A level-funded health plan is a hybrid model that combines the best features of traditional insurance with modern cost-control strategies. You get the financial protection and predictable monthly payments of a fully insured plan, plus the flexibility and potential savings of a self-funded approach. Instead of paying premiums to your insurance carrier and hoping for the best, you gain transparency into your healthcare spending.

This model matters now more than ever. Health insurance premiums keep climbing, pushing employers to make difficult choices about employee benefits. The average premium for family coverage increased 6% in the last year and 26% over the last five years. That steady rise has many employers searching for alternatives.

Level-funded plans are a solution. Understanding these plans compared to traditional fully insured and self-funded options helps you make a confident, cost-effective decision for your business.

Understanding the Level-Funded Hybrid Model

Level-funded health insurance blends two traditional approaches into a single, more flexible option. You make consistent monthly payments similar to traditional insurance, but gain access to your own claims data and the possibility of getting money back if your employees use less healthcare than projected.

Level-funded plans have become popular among smaller organizations because employers can reduce healthcare expenses while maintaining high-quality coverage for employees. Rather than handing over premium dollars to health insurers with no visibility into spend, you can see exactly what drives costs within your organization.

The 3 Funding Models Compared

Level-funded health plans fall between traditional and self-funded health insurance funding options. Three main models exist, each with distinct characteristics regarding who bears financial risk, how much flexibility you have, and what your monthly costs look like.

Feature Fully Insured Level-Funded Autofinanciación
Monthly Costs Fixed premium Fixed payment Variable based on claims
Financial Risk Carrier assumes all risk Shared risk with stop-loss protection Employer assumes risk up to stop-loss threshold
Cost Savings Potential None (no refunds) Moderate (surplus refunds possible) High (pay only actual claims)
Plan Customization Limited (standardized plans) Moderate flexibility Complete customization
Claims Data Access None Full transparency Full transparency
Administrative Burden Low (carrier manages) Moderate (TPA assistance) High (requires TPA and compliance management)
Best For Risk-averse employers Small to midsized businesses seeking balance Larger employers with healthy workforces

1. Traditional Fully Insured Plans

This is the traditional model most people think of when they hear "group health insurance." You choose a plan from an insurance carrier, pay a fixed monthly premium, and the carrier assumes 100% of the claims risk. Whether your employees have a healthy year or experience significant medical events, your premium stays the same.

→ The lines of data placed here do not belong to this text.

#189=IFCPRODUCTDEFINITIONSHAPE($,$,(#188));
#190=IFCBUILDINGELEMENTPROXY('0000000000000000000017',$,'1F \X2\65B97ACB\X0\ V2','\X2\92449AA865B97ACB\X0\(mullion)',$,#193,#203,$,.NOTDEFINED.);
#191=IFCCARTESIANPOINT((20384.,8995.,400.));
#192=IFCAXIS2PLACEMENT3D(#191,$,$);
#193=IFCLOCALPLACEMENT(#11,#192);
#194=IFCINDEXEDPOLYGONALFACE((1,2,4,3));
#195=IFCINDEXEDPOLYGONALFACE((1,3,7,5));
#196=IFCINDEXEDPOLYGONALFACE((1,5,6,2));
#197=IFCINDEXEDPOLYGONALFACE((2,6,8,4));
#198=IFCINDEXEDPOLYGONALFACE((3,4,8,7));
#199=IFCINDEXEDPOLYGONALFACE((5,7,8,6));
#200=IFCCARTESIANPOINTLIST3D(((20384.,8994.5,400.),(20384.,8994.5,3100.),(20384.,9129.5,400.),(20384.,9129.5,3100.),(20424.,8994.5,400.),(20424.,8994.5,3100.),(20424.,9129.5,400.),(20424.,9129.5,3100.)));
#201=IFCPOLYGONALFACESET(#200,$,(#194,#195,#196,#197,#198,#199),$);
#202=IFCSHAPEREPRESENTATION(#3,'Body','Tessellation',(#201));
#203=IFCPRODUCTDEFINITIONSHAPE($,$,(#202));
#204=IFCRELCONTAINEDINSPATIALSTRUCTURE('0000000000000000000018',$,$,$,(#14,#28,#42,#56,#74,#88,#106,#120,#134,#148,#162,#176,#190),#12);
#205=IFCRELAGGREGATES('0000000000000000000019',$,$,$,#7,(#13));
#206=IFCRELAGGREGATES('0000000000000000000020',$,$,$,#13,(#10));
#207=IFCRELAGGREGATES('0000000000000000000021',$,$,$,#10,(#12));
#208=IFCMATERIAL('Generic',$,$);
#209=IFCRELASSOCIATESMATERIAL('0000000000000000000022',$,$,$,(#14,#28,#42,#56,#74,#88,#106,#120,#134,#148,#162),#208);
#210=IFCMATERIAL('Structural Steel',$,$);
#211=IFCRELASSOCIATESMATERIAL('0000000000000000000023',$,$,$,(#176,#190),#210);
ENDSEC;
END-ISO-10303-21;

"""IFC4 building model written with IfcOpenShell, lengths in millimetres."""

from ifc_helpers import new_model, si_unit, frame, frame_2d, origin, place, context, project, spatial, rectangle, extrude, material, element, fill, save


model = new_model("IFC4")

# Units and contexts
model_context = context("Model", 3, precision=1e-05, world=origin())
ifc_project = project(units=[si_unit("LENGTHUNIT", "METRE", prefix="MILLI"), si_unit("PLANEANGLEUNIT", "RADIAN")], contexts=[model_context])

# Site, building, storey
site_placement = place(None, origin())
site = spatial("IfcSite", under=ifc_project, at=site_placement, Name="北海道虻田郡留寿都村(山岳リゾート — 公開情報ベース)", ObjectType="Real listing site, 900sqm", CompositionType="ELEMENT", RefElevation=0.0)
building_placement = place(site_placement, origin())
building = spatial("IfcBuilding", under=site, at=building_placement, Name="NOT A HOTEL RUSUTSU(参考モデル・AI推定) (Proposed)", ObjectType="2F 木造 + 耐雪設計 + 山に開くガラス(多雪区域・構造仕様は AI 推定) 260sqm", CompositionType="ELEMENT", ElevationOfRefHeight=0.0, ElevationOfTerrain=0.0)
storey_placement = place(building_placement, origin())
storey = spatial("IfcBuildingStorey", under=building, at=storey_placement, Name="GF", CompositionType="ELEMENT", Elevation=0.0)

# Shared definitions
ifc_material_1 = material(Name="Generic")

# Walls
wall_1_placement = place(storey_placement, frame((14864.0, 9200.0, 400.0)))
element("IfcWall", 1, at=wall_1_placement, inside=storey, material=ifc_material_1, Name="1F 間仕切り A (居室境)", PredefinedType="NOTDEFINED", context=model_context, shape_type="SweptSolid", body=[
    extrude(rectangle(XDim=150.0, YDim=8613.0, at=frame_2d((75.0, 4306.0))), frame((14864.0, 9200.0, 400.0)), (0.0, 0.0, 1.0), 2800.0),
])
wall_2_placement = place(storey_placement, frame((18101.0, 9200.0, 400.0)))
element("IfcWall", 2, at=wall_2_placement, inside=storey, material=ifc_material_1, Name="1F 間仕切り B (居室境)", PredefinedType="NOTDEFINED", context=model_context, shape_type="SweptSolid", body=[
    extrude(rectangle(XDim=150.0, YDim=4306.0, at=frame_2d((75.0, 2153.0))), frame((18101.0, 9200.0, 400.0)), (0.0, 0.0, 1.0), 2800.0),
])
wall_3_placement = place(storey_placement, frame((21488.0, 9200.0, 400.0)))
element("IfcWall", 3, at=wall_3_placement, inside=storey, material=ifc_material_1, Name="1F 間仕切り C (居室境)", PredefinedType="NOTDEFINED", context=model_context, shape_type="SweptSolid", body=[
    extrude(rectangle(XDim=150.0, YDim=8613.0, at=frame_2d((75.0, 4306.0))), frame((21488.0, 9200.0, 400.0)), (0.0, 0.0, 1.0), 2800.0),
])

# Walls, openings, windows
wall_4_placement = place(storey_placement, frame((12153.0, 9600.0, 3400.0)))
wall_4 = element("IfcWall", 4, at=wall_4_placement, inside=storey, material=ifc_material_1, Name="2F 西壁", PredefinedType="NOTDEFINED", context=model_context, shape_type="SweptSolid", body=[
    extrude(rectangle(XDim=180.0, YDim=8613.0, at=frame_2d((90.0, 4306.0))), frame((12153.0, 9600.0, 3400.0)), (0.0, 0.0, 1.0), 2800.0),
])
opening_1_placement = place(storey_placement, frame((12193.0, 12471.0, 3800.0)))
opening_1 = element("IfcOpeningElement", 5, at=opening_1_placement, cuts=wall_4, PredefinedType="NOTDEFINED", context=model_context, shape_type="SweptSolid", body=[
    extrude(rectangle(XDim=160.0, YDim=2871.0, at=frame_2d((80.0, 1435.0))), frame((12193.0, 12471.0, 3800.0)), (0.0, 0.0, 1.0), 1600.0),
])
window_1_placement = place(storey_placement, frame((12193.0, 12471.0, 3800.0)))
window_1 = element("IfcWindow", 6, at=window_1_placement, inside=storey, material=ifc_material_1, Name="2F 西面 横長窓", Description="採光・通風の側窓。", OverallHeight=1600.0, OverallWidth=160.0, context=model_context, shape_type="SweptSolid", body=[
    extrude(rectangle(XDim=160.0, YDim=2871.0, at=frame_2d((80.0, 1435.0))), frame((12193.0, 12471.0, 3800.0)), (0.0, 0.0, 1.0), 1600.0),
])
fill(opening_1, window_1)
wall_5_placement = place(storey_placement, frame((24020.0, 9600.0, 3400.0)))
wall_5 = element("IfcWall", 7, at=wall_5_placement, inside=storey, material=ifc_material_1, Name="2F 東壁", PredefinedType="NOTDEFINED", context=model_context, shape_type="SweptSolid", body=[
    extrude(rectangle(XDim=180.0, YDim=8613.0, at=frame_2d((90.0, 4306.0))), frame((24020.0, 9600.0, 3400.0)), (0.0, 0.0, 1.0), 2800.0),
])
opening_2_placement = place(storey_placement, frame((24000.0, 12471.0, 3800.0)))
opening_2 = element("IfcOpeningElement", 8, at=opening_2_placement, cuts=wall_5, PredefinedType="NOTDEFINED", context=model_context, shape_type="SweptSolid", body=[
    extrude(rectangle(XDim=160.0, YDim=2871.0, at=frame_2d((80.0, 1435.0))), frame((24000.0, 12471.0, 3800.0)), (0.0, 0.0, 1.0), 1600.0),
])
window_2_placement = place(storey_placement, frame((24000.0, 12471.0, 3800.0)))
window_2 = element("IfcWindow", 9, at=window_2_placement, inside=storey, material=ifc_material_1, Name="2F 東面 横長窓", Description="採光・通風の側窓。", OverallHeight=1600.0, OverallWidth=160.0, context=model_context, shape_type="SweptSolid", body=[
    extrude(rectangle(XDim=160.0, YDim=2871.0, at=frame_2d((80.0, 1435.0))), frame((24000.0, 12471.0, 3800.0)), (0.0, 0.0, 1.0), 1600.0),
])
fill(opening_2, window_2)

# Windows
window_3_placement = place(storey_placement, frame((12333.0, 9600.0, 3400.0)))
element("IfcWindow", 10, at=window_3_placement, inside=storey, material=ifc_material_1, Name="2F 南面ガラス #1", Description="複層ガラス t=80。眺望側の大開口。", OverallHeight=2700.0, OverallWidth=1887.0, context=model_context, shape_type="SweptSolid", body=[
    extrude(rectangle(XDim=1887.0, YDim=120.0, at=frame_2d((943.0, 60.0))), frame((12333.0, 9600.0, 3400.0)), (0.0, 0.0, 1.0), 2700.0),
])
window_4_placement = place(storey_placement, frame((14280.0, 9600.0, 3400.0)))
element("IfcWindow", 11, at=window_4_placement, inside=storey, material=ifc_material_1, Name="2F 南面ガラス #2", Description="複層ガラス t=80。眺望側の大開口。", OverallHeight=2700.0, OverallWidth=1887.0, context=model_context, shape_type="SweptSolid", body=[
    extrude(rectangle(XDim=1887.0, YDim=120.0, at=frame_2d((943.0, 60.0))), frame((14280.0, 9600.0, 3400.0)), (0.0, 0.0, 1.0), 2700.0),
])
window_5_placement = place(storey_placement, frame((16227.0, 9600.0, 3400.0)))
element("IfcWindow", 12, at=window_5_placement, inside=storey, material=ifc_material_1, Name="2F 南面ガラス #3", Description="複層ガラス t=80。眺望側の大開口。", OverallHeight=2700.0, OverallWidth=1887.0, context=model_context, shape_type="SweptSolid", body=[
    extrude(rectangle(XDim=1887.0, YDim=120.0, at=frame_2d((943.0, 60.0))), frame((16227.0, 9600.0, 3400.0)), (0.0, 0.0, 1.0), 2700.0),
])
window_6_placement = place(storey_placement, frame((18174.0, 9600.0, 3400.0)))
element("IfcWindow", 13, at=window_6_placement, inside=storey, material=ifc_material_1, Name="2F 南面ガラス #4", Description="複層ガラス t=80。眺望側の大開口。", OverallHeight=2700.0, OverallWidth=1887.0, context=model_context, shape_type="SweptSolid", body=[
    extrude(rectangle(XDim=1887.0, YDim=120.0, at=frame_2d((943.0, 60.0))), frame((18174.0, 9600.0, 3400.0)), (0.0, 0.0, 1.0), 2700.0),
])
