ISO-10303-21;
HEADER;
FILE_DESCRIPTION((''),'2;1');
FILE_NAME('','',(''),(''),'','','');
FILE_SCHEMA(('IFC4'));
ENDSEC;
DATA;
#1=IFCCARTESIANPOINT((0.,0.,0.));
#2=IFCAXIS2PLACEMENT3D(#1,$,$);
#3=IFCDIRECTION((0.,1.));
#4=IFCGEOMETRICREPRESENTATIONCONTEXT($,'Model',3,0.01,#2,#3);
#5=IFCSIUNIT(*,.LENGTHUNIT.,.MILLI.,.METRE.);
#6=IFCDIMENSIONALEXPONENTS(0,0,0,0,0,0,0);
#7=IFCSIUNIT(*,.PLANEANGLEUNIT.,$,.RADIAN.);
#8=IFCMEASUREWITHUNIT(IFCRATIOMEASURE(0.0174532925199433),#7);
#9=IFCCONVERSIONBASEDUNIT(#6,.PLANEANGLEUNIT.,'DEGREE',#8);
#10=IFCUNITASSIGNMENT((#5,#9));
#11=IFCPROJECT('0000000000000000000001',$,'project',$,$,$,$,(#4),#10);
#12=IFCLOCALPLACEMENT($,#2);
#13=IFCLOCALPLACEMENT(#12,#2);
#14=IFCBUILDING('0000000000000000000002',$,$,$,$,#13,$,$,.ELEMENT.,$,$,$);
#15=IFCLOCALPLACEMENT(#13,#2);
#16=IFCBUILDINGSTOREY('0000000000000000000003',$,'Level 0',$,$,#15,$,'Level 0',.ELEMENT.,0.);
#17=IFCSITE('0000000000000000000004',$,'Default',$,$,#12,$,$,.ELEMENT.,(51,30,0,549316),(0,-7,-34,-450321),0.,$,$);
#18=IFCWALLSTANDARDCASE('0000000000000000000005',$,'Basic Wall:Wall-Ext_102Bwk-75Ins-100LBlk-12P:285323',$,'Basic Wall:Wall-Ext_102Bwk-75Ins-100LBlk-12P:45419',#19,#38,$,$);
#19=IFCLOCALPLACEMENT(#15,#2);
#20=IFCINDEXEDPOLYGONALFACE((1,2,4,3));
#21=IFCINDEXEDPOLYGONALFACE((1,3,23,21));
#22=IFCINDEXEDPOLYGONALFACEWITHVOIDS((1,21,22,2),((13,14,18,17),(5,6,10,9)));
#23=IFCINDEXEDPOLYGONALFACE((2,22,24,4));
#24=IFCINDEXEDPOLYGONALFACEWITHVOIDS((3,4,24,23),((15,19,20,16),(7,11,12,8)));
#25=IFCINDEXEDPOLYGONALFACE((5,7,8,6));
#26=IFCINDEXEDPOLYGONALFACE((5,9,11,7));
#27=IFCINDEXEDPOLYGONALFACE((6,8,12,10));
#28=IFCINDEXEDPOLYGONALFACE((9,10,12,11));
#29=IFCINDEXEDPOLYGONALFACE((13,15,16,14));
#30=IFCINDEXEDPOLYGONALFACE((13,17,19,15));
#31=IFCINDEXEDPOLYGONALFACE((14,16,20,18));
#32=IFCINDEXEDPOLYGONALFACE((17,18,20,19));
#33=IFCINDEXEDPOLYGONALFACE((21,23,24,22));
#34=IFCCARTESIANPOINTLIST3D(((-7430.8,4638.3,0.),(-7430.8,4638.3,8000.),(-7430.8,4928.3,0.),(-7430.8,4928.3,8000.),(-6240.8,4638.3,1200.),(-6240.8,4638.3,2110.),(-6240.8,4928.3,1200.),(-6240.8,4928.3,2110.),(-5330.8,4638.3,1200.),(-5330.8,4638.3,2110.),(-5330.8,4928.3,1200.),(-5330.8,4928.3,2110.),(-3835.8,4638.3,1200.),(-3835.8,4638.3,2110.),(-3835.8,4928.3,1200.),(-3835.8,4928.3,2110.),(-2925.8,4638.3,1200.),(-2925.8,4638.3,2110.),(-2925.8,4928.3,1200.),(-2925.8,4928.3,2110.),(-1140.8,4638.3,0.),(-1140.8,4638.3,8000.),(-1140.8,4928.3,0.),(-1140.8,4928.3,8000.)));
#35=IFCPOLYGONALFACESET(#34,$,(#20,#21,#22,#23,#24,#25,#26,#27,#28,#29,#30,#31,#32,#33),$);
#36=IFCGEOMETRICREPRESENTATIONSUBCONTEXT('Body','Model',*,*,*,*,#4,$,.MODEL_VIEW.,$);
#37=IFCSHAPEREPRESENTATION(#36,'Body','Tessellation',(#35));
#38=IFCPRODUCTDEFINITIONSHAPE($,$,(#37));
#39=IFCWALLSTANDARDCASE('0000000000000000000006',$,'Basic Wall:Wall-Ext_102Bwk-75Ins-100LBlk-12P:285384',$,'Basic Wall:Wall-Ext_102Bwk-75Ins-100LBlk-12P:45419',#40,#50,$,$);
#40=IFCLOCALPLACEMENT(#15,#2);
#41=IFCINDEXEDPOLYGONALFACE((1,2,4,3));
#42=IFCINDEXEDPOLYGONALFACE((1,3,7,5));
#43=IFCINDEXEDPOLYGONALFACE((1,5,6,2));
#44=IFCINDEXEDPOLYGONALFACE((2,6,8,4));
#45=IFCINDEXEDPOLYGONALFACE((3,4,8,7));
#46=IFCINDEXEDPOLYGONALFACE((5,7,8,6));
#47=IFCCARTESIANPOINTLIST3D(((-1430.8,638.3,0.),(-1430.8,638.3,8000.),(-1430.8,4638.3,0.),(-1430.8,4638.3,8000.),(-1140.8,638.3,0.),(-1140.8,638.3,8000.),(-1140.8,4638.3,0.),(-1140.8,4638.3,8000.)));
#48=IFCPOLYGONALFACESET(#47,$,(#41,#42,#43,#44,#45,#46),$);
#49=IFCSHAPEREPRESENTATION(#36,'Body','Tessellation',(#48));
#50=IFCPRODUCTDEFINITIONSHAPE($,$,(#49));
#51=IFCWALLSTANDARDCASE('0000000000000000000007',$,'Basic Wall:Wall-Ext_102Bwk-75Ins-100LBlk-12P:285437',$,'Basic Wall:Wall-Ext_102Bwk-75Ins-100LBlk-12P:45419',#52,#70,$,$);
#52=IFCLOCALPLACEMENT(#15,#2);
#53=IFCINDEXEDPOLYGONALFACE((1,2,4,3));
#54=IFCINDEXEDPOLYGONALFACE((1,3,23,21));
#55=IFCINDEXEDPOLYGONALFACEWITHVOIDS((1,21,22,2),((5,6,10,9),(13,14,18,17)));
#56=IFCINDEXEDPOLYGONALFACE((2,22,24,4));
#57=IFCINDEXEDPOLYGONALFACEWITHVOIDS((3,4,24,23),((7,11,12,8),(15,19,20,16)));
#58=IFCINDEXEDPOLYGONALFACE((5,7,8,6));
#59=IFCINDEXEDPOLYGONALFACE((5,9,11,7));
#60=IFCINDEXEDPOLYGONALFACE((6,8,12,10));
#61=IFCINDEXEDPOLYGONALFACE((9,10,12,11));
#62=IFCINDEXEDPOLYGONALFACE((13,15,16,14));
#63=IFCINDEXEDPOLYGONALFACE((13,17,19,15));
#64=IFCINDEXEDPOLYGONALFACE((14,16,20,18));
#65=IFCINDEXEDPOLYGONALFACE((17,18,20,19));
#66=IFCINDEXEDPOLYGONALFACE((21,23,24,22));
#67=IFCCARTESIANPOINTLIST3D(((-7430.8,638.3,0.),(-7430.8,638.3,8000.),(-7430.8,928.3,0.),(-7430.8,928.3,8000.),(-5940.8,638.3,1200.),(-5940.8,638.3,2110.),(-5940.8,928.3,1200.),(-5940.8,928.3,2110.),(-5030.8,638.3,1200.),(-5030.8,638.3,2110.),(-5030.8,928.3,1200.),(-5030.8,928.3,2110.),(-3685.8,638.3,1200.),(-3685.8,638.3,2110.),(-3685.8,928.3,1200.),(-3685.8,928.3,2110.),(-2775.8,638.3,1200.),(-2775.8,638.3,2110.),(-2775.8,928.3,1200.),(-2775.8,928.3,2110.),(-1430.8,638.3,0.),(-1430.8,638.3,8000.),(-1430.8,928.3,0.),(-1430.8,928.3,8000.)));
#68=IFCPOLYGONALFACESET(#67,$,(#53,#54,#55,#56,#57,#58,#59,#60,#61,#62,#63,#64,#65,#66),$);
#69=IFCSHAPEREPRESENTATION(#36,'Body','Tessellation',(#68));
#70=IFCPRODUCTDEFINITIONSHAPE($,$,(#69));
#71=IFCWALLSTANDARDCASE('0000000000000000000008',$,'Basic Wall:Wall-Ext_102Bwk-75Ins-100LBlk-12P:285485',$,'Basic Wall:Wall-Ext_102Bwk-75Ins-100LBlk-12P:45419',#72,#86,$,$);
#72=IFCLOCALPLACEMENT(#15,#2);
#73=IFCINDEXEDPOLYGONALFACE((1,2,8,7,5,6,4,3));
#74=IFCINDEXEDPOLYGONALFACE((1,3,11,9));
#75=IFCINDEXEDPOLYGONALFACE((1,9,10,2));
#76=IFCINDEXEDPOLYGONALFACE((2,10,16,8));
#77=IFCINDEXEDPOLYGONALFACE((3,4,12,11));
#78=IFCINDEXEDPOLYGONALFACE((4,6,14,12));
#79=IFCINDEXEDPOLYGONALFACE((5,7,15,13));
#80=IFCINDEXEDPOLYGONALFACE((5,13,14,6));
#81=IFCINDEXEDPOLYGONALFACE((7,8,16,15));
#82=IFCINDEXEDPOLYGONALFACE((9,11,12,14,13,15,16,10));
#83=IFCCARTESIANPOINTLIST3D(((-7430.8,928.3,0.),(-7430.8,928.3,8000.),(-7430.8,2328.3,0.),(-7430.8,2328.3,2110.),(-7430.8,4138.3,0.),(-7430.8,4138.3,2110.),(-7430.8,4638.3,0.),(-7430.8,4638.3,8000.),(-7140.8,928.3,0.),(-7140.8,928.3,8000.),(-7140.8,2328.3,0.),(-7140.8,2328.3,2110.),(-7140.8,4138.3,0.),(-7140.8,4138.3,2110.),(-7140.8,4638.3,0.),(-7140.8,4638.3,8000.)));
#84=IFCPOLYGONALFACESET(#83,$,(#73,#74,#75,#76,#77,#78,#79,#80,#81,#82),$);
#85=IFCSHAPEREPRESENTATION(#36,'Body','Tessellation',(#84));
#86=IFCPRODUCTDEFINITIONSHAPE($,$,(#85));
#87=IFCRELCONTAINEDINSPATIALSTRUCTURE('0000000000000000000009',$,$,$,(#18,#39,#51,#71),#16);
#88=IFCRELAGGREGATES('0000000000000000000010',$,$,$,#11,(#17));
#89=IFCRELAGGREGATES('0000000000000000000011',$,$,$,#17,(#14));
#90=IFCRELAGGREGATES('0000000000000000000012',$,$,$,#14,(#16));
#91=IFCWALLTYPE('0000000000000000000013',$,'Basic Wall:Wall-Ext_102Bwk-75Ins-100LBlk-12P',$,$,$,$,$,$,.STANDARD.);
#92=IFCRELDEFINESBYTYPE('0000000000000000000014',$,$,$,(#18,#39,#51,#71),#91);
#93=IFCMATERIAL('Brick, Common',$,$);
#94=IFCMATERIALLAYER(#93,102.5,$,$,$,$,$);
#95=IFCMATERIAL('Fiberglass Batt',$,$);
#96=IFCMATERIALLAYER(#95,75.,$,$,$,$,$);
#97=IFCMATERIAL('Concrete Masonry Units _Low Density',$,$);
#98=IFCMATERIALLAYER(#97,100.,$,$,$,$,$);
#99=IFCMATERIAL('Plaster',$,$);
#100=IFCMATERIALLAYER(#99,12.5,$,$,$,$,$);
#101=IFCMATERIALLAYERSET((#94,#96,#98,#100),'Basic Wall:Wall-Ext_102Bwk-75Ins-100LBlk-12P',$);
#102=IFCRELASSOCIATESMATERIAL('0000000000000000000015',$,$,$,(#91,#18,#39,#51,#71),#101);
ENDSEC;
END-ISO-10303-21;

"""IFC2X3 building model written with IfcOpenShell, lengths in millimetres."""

from ifc_helpers import new_model, entity, si_unit, converted_unit, direction, frame, frame_2d, origin, place, context, subcontext, project, spatial, rectangle, extrude, material, layer, layer_set, layer_usage, type_object, element, save


model = new_model("IFC2X3")

# Units and contexts
model_context = context("Model", 3, precision=0.01, world=origin(), true_north=direction((0.0, 1.0)))
body_context = subcontext(model_context, "Body", "Model", "MODEL_VIEW")
ifc_project = project(units=[si_unit("LENGTHUNIT", "METRE", prefix="MILLI"), converted_unit("PLANEANGLEUNIT", "DEGREE", entity("IfcRatioMeasure", 0.0174532925199433), si_unit("PLANEANGLEUNIT", "RADIAN"), dimensions=[0, 0, 0, 0, 0, 0, 0])], contexts=[model_context])

# Site, building, storey
site_placement = place(None, origin())
site = spatial("IfcSite", under=ifc_project, at=site_placement, Name="Default", CompositionType="ELEMENT", RefLatitude=(51, 30, 0, 549316), RefLongitude=(0, -7, -34, -450321), RefElevation=0.0)
building_placement = place(site_placement, origin())
building = spatial("IfcBuilding", under=site, at=building_placement, CompositionType="ELEMENT")
storey_placement = place(building_placement, origin())
storey = spatial("IfcBuildingStorey", under=building, at=storey_placement, Name="Level 0", LongName="Level 0", CompositionType="ELEMENT", Elevation=0.0)

# Wall, openings
ifc_material_1 = material(Name="Brick, Common")
ifc_layer_1 = layer(ifc_material_1, 102.5)
ifc_material_2 = material(Name="Fiberglass Batt")
ifc_layer_2 = layer(ifc_material_2, 75.0)
ifc_material_3 = material(Name="Concrete Masonry Units _Low Density")
ifc_layer_3 = layer(ifc_material_3, 100.0)
ifc_material_4 = material(Name="Plaster")
ifc_layer_4 = layer(ifc_material_4, 12.5)
ifc_layer_set = layer_set([ifc_layer_1, ifc_layer_2, ifc_layer_3, ifc_layer_4], Name="Basic Wall:Wall-Ext_102Bwk-75Ins-100LBlk-12P")
ifc_layer_usage_1 = layer_usage(ifc_layer_set, "AXIS2", "NEGATIVE", 145.0)
wall_type = type_object("IfcWallType", Name="Basic Wall:Wall-Ext_102Bwk-75Ins-100LBlk-12P", PredefinedType="STANDARD", material=ifc_layer_set)
wall_1_placement = place(storey_placement, frame((-7430.8, 4783.3, 0.0)))
wall_1 = element("IfcWallStandardCase", 1, at=wall_1_placement, inside=storey, type_object=wall_type, material=ifc_layer_usage_1, Name="Basic Wall:Wall-Ext_102Bwk-75Ins-100LBlk-12P:285323", ObjectType="Basic Wall:Wall-Ext_102Bwk-75Ins-100LBlk-12P:45419", context=body_context, shape_type="SweptSolid", body=[
    extrude(rectangle(XDim=6290.0, YDim=290.0, at=frame_2d((3145.0, 0.0), x_axis=(-1.0, 0.0))), origin(), (0.0, 0.0, 1.0), 8000.0),
])
opening_1_placement = place(wall_1_placement, frame((1190.0, -145.0, 1200.0)))
element("IfcOpeningElement", 2, at=opening_1_placement, cuts=wall_1, ObjectType="Opening", context=body_context, shape_type="SweptSolid", body=[
    extrude(rectangle(XDim=910.0, YDim=910.0, at=frame_2d((455.0, 455.0), x_axis=(-1.0, 0.0))), frame((0.0, 0.0, 0.0), z_axis=(0.0, 1.0, 0.0), x_axis=(0.0, 0.0, 1.0)), (0.0, 0.0, 1.0), 290.0),
])
opening_2_placement = place(wall_1_placement, frame((3595.0, -145.0, 1200.0)))
element("IfcOpeningElement", 3, at=opening_2_placement, cuts=wall_1, ObjectType="Opening", context=body_context, shape_type="SweptSolid", body=[
    extrude(rectangle(XDim=910.0, YDim=910.0, at=frame_2d((455.0, 455.0), x_axis=(-1.0, 0.0))), frame((0.0, 0.0, 0.0), z_axis=(0.0, 1.0, 0.0), x_axis=(0.0, 0.0, 1.0)), (0.0, 0.0, 1.0), 290.0),
])

# Wall
ifc_layer_usage_2 = layer_usage(ifc_layer_set, "AXIS2", "NEGATIVE", 145.0)
wall_2_placement = place(storey_placement, frame((-1285.8, 4638.3, 0.0), z_axis=(0.0, 0.0, 1.0), x_axis=(0.0, -1.0, 0.0)))
element("IfcWallStandardCase", 4, at=wall_2_placement, inside=storey, type_object=wall_type, material=ifc_layer_usage_2, Name="Basic Wall:Wall-Ext_102Bwk-75Ins-100LBlk-12P:285384", ObjectType="Basic Wall:Wall-Ext_102Bwk-75Ins-100LBlk-12P:45419", context=body_context, shape_type="SweptSolid", body=[
    extrude(rectangle(XDim=4000.0, YDim=290.0, at=frame_2d((2000.0, 0.0), x_axis=(-1.0, 0.0))), origin(), (0.0, 0.0, 1.0), 8000.0),
])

Traditional fully insured plans are characterized by:

  • Predictable costs: You know what you'll pay each month for your plan, making budgeting easier.
  • Low administration: The carrier manages claims processing, maintains compliance, and handles most of the administrative tasks.
  • Less flexibility: Plans are standardized, limiting customization of your coverage or benefits.

The main advantage is simplicity and security. You pay your premium, and the insurance carrier manages everything else. One drawback is cost. Because the carrier assumes all risk, premiums tend to be higher. If your employees have a healthy year with low claims, the carrier keeps all unused premium dollars, and you receive no refund or credit toward future coverage.

2. Self-Funded Plans

At the opposite end of the spectrum, self-funded plans put the employer in the role of insurance carrier. Rather than paying premiums to a carrier, you pay for your employees' medical claims directly. Many employers work with a third-party administrator (TPA) to process claims and manage day-to-day operations. Stop-loss insurance provides additional protection against claims.

A self-funded plan offers various benefits, such as:

  • Cost control: You only pay for claims that happen and the admin fees, saving you money over time with low utilization.
  • Total customization: You design the plan to fit your workforce's specific needs without carrier restrictions.
  • Data access: You see detailed claims information, helping you make data-backed decisions about wellness programs and plan design.

There are also some risks, including:

  • Financial risk: You're responsible for paying all claims up to your stop-loss threshold, which can strain cash flow.
  • Cash flow fluctuations: Monthly costs can change with employee healthcare utilization, making budgeting more complex.
  • Compliance burden: You must navigate regulations and other federal requirements on your own.

The U.S. Department of Labor regulates self-funded health plans under the Employee Retirement Income Security Act (ERISA), which exempts them from many state insurance laws. This difference can give you more flexibility, but it can also increase your compliance responsibilities.

3. Level-Funded Health Plans

Level-funded insurance sits right in the middle, capturing the savings potential of self-funding while maintaining the budget predictability of traditional insurance. Your monthly payment stays consistent, just like with fully insured coverage. But unlike traditional insurance, you gain transparency into your claims data and share in any leftover funds at the end of the year.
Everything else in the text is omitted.